Making oaths is serious business.
People cast them aside quite often, making promises they don’t intend to keep, going back on their words, lying. It all happens; everyone does it.
When I was young, I lied to my mother. I was about six or seven and I lied about going to the park across the community we lived in, a collection of apartments and town houses in a St. Louis suburb. I lied and said my friends and I hadn’t gone there after she expressly told me not to, lied about seeing the mysterious forest of toys and clothing scraps in the middle of a strange wood around the property, lied about swinging on the swingset and laughing down the slide.
She caught me. My friends ratted me out. I got grounded.
I didn’t enjoy the consequences of lying.
After that day, I did my best not to lie. Not to my parents nor my friends. Lying got me grounded, my books taken away, the things I loved hidden where I couldn’t find them. I developed an intense hatred for liars.
As I grew older, I learned the flexibility of words. I read more and more, learned their meanings, learned about double speak and lying without telling nothing but the truth. I practiced wordplay and punning and the lie in the truth. One of my best was tricking the boy in my Spanish class my sophomore year, telling him that if he did better than I on the next Spanish test, that I would give him five bucks. He didn’t realize that “buck” is another name for a male deer and was quite angry with me the next day after our test when I handed him five very carefully cut out photos of antlered deer.
Words are important to me; always have been. I’ve developed an intense fondness and love for words. Languages feel like wine in the mouth, a rich and complex flavor but bitter until you become accustomed.
I know the power of words.
And that is why I do not oath. Or, at least, I avoid it at all costs. I avoid promises if I can, knowing that if I forget, I’m liable for my words. And I do forget. I forget quite often. Especially lately.
Perhaps that’s why I’m writing this entry now, today.
I made a promise today.
Lately my anxiety has gotten quite bad. My OCD has gone rampant and my panic attacks have gotten to a stage where I can no longer handle them, not on my own. I start therapy on Thursday. I’m scared and I feel alone. I worry if it doesn’t help, or if it does, will it help soon enough. I can see the pain it causes my friends and family and my beloved partner-in-time, my boyfriend, to see my mind slowly abandoning me.
As I walked to the grocery store today to get a few things, I began to feel that familiar urge to scream and the panic building up. And as I chanted my mantra under my breath, the new trigger words that I am trying to coax my brain into calming down, I stopped in the middle of the sidewalk.
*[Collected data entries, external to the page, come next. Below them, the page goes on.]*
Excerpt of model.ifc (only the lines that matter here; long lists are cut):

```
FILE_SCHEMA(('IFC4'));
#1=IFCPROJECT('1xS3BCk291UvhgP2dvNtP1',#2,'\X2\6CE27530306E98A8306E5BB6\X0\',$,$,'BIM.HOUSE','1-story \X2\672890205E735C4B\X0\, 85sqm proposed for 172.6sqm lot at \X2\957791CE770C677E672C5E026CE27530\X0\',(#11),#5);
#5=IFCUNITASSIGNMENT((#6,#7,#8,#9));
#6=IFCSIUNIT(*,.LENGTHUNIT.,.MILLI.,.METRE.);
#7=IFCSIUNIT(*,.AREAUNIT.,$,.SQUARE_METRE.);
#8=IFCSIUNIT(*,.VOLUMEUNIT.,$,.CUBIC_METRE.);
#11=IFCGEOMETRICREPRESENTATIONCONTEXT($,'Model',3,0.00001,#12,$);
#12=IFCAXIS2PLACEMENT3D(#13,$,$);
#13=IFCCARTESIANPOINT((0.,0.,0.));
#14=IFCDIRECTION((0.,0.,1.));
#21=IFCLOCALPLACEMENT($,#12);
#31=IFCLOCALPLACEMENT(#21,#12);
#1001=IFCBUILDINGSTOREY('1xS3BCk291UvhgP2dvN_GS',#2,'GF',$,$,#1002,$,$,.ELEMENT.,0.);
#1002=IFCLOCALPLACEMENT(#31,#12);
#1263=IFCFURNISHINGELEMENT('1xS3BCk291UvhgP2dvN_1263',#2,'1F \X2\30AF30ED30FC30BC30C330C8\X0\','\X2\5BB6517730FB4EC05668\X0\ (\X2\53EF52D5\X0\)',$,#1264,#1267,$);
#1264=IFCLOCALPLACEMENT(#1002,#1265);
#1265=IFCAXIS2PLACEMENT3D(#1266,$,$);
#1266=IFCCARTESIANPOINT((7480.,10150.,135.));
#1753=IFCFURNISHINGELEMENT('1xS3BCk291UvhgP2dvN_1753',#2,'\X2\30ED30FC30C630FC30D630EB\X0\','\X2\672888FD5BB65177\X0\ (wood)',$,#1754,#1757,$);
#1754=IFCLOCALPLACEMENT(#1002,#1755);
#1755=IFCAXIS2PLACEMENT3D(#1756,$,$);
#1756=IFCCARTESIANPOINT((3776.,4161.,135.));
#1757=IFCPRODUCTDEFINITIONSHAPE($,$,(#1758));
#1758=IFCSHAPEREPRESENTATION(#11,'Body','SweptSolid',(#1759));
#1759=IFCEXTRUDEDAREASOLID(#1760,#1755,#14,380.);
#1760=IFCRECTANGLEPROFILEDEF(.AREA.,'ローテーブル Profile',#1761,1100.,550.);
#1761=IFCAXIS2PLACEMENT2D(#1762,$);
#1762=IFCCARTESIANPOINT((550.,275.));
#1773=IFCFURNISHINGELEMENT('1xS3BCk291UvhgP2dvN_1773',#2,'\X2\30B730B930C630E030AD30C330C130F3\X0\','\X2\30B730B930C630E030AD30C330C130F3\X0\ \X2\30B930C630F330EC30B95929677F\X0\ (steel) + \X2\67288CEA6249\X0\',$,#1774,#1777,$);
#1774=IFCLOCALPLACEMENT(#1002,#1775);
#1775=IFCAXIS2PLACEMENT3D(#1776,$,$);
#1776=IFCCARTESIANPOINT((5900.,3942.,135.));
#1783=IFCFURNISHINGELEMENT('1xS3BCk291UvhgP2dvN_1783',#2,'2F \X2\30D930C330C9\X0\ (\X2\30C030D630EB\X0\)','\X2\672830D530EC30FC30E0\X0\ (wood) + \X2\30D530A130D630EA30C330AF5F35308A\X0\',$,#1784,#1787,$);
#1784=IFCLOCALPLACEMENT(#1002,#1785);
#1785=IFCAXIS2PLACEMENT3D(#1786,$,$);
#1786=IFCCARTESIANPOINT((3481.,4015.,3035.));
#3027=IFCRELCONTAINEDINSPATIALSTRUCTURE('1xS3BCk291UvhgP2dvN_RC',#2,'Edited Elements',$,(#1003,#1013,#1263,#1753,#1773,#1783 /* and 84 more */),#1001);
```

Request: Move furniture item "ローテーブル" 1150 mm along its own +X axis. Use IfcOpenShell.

```python
import ifcopenshell
import ifcopenshell.api.geometry
import ifcopenshell.util.placement
import ifcopenshell.util.unit

model = ifcopenshell.open("model.ifc")
unit_scale = ifcopenshell.util.unit.calculate_unit_scale(model)

item = model.by_guid("1xS3BCk291UvhgP2dvN_1753")
matrix = ifcopenshell.util.placement.get_local_placement(item.ObjectPlacement)
matrix[:3, 3] += matrix[:3, 0] * 1.15 / unit_scale
ifcopenshell.api.geometry.edit_object_placement(model, product=item, matrix=matrix, is_si=False)

print(ifcopenshell.util.placement.get_local_placement(item.ObjectPlacement).round(3) + 0.0)

model.write("model_v2.ifc")
```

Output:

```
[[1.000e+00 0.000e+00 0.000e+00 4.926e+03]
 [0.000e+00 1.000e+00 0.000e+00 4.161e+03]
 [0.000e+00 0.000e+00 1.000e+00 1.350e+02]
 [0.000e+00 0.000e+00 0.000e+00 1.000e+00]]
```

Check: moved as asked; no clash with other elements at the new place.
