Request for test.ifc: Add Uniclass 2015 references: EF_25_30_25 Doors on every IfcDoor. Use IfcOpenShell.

First a look at what the model holds.

```python
import ifcopenshell

model = ifcopenshell.open("test.ifc")
print(model.schema)
print("classifications:", [c.Name for c in model.by_type("IfcClassification")])
for ifc_class in ("IfcDoor", "IfcRoof", "IfcStair", "IfcWall", "IfcWindow"):
    print(ifc_class, len(model.by_type(ifc_class)))
```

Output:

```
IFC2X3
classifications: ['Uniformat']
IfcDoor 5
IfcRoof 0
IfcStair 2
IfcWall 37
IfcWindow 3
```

```python
import ifcopenshell
import ifcopenshell.api.classification

model = ifcopenshell.open("test.ifc")

# IFC2X3 requires Source and Edition and has no link from the project to the system.
system = model.create_entity("IfcClassification", Source="NBS", Edition="2015", Name="Uniclass 2015")

codes = {
    "IfcDoor": ("EF_25_30_25", "Doors"),
}
for ifc_class, (code, name) in codes.items():
    products = model.by_type(ifc_class)
    ifcopenshell.api.classification.add_reference(
        model, products=products, classification=system, identification=code, name=name
    )
    print(code, len(products))

model.write("test_edited.ifc")
```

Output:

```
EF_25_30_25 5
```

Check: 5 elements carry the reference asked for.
Tears threatened to fall and I raised my hands to chest level and begged the gods for strength. I begged them for the help to get through the week and next, that I did not want to spend my birthday in a mental ward, to help me get through The Boyfriend’s parents’ visit next week and give me the strength to get through my first session of therapy on Thursday. I swore on my hands, my mind, my body that once I could, I would give weekly offerings, sing their praises, and do anything that I could do for them. And I named them: Persephone, Hekate, Odin, Thor, the Stag Queen, The Morrigan, and my lord and patron Anubis.
I felt a little better after that. I got through my trip (and the return trip since I forgot something important) and got back to my apartment without a freakout, though I felt stressed and nervous and on edge the entire time. But I got through it. And I can get through tomorrow and Thursday and all the way up to next Friday.
I do not oath. Not usually. Not unless it’s important enough to warrant it. And my mind is important enough. Finding the strength to move forward is important enough. My gods are important enough.